**ASSIGNMENT**
Could you retype, exactly as written, every line from the top of the records through the line that contains "#16=IFCLOCALPLACEMENT(#15,#2);"?

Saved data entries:
::::::::::

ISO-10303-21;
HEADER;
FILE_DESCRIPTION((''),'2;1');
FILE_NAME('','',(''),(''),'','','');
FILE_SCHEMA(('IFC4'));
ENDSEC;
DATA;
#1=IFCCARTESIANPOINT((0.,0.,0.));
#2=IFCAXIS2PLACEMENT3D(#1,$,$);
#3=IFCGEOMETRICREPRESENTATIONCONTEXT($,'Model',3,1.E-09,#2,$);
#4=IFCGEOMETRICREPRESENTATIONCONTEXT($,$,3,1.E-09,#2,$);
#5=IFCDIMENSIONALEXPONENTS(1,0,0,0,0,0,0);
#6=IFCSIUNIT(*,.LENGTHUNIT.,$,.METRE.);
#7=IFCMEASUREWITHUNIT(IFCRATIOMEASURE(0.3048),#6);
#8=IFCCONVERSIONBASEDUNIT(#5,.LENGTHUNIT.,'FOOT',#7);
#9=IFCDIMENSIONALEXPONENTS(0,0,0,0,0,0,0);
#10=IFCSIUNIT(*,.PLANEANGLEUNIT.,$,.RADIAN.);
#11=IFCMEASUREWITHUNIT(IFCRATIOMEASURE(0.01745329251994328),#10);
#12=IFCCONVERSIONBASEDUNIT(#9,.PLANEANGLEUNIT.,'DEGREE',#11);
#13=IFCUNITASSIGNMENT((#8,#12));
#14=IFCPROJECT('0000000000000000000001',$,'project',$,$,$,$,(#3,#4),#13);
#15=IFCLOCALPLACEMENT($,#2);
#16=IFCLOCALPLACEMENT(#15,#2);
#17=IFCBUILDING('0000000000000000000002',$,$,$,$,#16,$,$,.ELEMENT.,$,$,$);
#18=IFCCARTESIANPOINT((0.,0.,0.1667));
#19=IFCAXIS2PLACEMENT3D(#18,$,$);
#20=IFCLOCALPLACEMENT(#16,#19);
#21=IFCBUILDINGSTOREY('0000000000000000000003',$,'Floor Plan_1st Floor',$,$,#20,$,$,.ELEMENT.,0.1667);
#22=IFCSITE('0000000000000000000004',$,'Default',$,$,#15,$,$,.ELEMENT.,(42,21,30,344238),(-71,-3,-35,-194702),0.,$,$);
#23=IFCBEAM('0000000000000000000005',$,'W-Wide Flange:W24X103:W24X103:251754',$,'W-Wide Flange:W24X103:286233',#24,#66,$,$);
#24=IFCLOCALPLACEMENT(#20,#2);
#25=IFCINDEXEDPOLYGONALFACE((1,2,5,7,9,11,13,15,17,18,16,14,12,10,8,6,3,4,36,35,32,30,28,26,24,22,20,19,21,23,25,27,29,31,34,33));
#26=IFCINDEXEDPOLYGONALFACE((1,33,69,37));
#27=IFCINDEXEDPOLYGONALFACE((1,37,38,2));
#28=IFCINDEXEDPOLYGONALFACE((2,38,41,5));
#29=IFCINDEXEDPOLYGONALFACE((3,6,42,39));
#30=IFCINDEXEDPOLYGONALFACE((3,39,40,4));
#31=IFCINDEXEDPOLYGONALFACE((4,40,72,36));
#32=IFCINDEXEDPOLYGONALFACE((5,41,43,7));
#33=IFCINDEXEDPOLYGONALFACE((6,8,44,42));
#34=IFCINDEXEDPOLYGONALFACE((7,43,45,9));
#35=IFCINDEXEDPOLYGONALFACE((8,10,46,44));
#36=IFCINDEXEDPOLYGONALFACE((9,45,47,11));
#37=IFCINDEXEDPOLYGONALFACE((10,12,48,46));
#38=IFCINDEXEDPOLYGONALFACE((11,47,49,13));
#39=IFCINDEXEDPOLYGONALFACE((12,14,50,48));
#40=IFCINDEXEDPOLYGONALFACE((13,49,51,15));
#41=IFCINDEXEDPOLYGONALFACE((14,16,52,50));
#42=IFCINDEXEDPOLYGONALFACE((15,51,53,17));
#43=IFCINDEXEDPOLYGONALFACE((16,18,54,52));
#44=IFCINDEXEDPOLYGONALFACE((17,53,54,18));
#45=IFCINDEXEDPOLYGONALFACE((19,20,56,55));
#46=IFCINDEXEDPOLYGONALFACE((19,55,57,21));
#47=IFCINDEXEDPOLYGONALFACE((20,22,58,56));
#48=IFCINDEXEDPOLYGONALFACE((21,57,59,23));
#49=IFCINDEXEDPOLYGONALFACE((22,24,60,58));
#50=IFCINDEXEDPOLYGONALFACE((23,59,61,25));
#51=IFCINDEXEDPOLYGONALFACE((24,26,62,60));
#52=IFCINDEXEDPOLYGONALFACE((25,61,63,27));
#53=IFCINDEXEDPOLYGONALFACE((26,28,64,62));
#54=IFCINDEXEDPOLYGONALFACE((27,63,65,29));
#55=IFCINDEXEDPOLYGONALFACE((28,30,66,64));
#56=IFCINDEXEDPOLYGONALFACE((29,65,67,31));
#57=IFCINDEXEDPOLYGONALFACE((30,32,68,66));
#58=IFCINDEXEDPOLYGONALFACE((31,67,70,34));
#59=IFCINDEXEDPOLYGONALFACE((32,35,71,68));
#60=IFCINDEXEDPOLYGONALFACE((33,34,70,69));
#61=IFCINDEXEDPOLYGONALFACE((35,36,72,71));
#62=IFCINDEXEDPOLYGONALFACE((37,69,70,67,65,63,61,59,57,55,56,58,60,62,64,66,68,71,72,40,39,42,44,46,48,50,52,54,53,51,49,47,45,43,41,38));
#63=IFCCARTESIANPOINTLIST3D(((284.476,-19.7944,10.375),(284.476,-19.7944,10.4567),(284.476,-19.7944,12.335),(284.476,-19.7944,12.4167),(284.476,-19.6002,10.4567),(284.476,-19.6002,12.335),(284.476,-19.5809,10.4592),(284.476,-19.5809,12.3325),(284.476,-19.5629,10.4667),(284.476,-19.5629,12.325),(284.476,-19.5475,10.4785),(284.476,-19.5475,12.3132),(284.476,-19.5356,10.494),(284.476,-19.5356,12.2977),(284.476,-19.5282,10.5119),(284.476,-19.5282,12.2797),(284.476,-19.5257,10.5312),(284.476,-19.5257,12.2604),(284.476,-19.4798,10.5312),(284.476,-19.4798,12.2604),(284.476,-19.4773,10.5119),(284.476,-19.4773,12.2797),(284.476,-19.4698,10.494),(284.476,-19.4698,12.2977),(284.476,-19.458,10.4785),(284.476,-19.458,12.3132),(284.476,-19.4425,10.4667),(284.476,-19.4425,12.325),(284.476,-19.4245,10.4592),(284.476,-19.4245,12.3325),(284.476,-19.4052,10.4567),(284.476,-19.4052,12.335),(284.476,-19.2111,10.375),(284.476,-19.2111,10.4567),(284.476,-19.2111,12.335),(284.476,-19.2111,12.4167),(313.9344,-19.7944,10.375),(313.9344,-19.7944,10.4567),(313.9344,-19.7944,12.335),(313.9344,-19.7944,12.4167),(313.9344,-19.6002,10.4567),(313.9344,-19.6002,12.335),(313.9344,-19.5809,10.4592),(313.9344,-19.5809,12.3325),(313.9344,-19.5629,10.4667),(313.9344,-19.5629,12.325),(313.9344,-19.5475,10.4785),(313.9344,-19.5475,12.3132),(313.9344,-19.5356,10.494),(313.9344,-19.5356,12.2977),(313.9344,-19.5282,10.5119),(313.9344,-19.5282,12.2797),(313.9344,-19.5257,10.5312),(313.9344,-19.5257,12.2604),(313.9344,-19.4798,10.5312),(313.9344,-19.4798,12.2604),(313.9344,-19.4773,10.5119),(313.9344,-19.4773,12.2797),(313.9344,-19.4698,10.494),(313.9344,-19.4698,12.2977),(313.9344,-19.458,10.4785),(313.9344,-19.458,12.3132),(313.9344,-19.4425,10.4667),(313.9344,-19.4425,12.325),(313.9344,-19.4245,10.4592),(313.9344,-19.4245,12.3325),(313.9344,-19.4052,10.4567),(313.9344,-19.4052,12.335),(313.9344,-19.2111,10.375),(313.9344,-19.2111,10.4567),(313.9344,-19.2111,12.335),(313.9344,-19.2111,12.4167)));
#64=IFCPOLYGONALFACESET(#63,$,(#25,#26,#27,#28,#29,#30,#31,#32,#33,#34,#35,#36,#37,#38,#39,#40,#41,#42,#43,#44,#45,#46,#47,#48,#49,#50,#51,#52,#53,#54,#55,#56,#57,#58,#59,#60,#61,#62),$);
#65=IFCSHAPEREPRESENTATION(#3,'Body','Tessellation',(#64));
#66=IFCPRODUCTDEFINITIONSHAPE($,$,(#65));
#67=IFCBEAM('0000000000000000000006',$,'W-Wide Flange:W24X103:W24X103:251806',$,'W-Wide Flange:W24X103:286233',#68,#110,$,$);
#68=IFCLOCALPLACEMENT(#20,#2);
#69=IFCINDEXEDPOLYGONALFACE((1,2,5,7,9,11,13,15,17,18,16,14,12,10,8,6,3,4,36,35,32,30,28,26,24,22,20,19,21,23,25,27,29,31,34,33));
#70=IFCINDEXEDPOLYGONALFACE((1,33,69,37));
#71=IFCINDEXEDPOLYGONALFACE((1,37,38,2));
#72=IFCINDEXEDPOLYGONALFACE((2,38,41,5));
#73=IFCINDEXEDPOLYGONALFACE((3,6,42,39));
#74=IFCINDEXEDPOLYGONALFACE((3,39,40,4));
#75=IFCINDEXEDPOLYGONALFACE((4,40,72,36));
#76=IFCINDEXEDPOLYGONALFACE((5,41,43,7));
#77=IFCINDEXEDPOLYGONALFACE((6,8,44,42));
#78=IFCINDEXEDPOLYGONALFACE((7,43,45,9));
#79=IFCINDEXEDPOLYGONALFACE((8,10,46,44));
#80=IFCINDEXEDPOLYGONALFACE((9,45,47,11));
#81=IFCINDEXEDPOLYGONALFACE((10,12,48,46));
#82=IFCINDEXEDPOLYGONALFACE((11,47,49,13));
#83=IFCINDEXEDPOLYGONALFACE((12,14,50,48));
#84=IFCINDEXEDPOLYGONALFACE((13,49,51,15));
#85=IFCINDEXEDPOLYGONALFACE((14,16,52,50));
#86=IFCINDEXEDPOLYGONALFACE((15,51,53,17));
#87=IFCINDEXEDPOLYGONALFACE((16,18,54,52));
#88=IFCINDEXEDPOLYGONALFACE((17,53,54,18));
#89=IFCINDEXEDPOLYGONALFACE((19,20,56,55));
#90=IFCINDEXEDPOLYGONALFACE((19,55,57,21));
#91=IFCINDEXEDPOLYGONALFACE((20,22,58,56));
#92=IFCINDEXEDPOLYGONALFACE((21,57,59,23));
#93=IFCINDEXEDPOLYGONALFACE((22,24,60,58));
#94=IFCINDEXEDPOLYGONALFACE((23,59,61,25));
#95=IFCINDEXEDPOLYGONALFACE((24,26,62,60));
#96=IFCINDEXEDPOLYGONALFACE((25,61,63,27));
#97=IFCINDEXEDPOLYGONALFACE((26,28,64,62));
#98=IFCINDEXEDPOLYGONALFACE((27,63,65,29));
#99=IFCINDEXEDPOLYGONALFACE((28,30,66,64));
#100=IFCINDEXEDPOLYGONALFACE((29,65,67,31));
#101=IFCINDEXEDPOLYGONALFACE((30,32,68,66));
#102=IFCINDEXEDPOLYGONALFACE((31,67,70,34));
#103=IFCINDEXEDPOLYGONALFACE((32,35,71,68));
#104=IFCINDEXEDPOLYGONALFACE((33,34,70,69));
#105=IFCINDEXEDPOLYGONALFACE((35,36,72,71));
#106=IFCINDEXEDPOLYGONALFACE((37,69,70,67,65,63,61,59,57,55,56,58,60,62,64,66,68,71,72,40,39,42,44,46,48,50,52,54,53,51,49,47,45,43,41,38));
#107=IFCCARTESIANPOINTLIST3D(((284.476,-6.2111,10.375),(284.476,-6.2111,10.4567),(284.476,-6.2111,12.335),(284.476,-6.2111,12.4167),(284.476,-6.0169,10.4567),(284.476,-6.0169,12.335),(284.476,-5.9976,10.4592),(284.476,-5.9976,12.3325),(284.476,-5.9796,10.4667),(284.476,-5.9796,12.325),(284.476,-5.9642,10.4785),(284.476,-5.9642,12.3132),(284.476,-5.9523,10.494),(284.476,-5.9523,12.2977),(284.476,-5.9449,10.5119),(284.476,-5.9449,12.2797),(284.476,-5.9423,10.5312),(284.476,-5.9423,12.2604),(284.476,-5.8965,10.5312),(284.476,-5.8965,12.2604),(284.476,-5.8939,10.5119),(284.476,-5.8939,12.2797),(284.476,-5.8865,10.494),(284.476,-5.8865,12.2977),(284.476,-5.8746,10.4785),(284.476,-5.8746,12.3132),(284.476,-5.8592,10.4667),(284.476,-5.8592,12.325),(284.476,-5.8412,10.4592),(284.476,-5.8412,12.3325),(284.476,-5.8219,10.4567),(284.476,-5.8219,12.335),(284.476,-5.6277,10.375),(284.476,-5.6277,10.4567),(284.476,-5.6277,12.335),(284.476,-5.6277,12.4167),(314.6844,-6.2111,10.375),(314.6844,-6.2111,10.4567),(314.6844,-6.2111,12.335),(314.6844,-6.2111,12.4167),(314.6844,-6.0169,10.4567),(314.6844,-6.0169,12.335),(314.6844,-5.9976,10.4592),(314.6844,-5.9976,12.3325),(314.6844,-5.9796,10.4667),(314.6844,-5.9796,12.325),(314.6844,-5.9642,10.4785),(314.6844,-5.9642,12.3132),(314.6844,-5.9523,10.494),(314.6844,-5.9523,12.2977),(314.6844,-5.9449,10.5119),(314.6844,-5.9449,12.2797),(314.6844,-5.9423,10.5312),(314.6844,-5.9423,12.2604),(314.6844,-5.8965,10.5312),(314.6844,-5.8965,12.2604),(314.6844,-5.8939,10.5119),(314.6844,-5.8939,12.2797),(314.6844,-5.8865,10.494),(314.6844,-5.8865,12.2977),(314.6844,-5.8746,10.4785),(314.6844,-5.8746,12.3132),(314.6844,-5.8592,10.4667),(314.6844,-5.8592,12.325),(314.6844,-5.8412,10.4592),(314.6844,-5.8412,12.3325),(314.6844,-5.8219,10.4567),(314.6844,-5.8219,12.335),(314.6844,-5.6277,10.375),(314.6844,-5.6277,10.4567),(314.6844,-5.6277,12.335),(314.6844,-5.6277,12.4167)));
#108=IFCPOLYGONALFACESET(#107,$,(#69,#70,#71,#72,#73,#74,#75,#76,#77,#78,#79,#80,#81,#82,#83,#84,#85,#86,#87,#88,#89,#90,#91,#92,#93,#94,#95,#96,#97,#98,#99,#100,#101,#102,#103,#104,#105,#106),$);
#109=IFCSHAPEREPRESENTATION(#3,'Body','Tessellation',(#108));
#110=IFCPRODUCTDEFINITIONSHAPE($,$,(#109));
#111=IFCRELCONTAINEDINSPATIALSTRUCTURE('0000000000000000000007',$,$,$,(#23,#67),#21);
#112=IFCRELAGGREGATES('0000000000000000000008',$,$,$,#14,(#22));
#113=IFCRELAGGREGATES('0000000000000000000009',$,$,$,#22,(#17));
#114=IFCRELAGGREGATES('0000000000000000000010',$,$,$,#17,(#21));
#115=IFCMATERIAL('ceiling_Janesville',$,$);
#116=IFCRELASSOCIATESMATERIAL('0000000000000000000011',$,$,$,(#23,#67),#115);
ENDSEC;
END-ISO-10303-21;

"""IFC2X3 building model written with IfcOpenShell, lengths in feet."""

from ifc_helpers import new_model, entity, si_unit, converted_unit, frame, frame_2d, origin, place, context, project, spatial, polyline, circle_curve, parameter, trimmed, segment, composite_curve, outline, extrude, material, element, save


model = new_model("IFC2X3")

# Units and contexts
model_context = context("Model", 3, precision=1e-09, world=origin())
context_of_model = context(None, 3, precision=1e-09, world=origin())
ifc_project = project(units=[converted_unit("LENGTHUNIT", "FOOT", entity("IfcRatioMeasure", 0.3048), si_unit("LENGTHUNIT", "METRE"), dimensions=[1, 0, 0, 0, 0, 0, 0]), converted_unit("PLANEANGLEUNIT", "DEGREE", entity("IfcRatioMeasure", 0.01745329251994328), si_unit("PLANEANGLEUNIT", "RADIAN"), dimensions=[0, 0, 0, 0, 0, 0, 0])], contexts=[model_context, context_of_model])

# Site, building, storey
site_placement = place(None, origin())
site = spatial("IfcSite", under=ifc_project, at=site_placement, Name="Default", CompositionType="ELEMENT", RefLatitude=(42, 21, 30, 344238), RefLongitude=(-71, -3, -35, -194702), RefElevation=0.0)
building_placement = place(site_placement, origin())
building = spatial("IfcBuilding", under=site, at=building_placement, CompositionType="ELEMENT")
storey_placement = place(building_placement, frame((0.0, 0.0, 0.1667)))
storey = spatial("IfcBuildingStorey", under=building, at=storey_placement, Name="Floor Plan_1st Floor", CompositionType="ELEMENT", Elevation=0.1667)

::::::::::

**SOLUTION TO THIS PROBLEM**
ISO-10303-21;
HEADER;
FILE_DESCRIPTION((''),'2;1');
FILE_NAME('','',(''),(''),'','','');
FILE_SCHEMA(('IFC4'));
ENDSEC;
DATA;
#1=IFCCARTESIANPOINT((0.,0.,0.));
#2=IFCAXIS2PLACEMENT3D(#1,$,$);
#3=IFCGEOMETRICREPRESENTATIONCONTEXT($,'Model',3,1.E-09,#2,$);
#4=IFCGEOMETRICREPRESENTATIONCONTEXT($,$,3,1.E-09,#2,$);
#5=IFCDIMENSIONALEXPONENTS(1,0,0,0,0,0,0);
#6=IFCSIUNIT(*,.LENGTHUNIT.,$,.METRE.);
#7=IFCMEASUREWITHUNIT(IFCRATIOMEASURE(0.3048),#6);
#8=IFCCONVERSIONBASEDUNIT(#5,.LENGTHUNIT.,'FOOT',#7);
#9=IFCDIMENSIONALEXPONENTS(0,0,0,0,0,0,0);
#10=IFCSIUNIT(*,.PLANEANGLEUNIT.,$,.RADIAN.);
#11=IFCMEASUREWITHUNIT(IFCRATIOMEASURE(0.01745329251994328),#10);
#12=IFCCONVERSIONBASEDUNIT(#9,.PLANEANGLEUNIT.,'DEGREE',#11);
#13=IFCUNITASSIGNMENT((#8,#12));
#14=IFCPROJECT('0000000000000000000001',$,'project',$,$,$,$,(#3,#4),#13);
#15=IFCLOCALPLACEMENT($,#2);
#16=IFCLOCALPLACEMENT(#15,#2);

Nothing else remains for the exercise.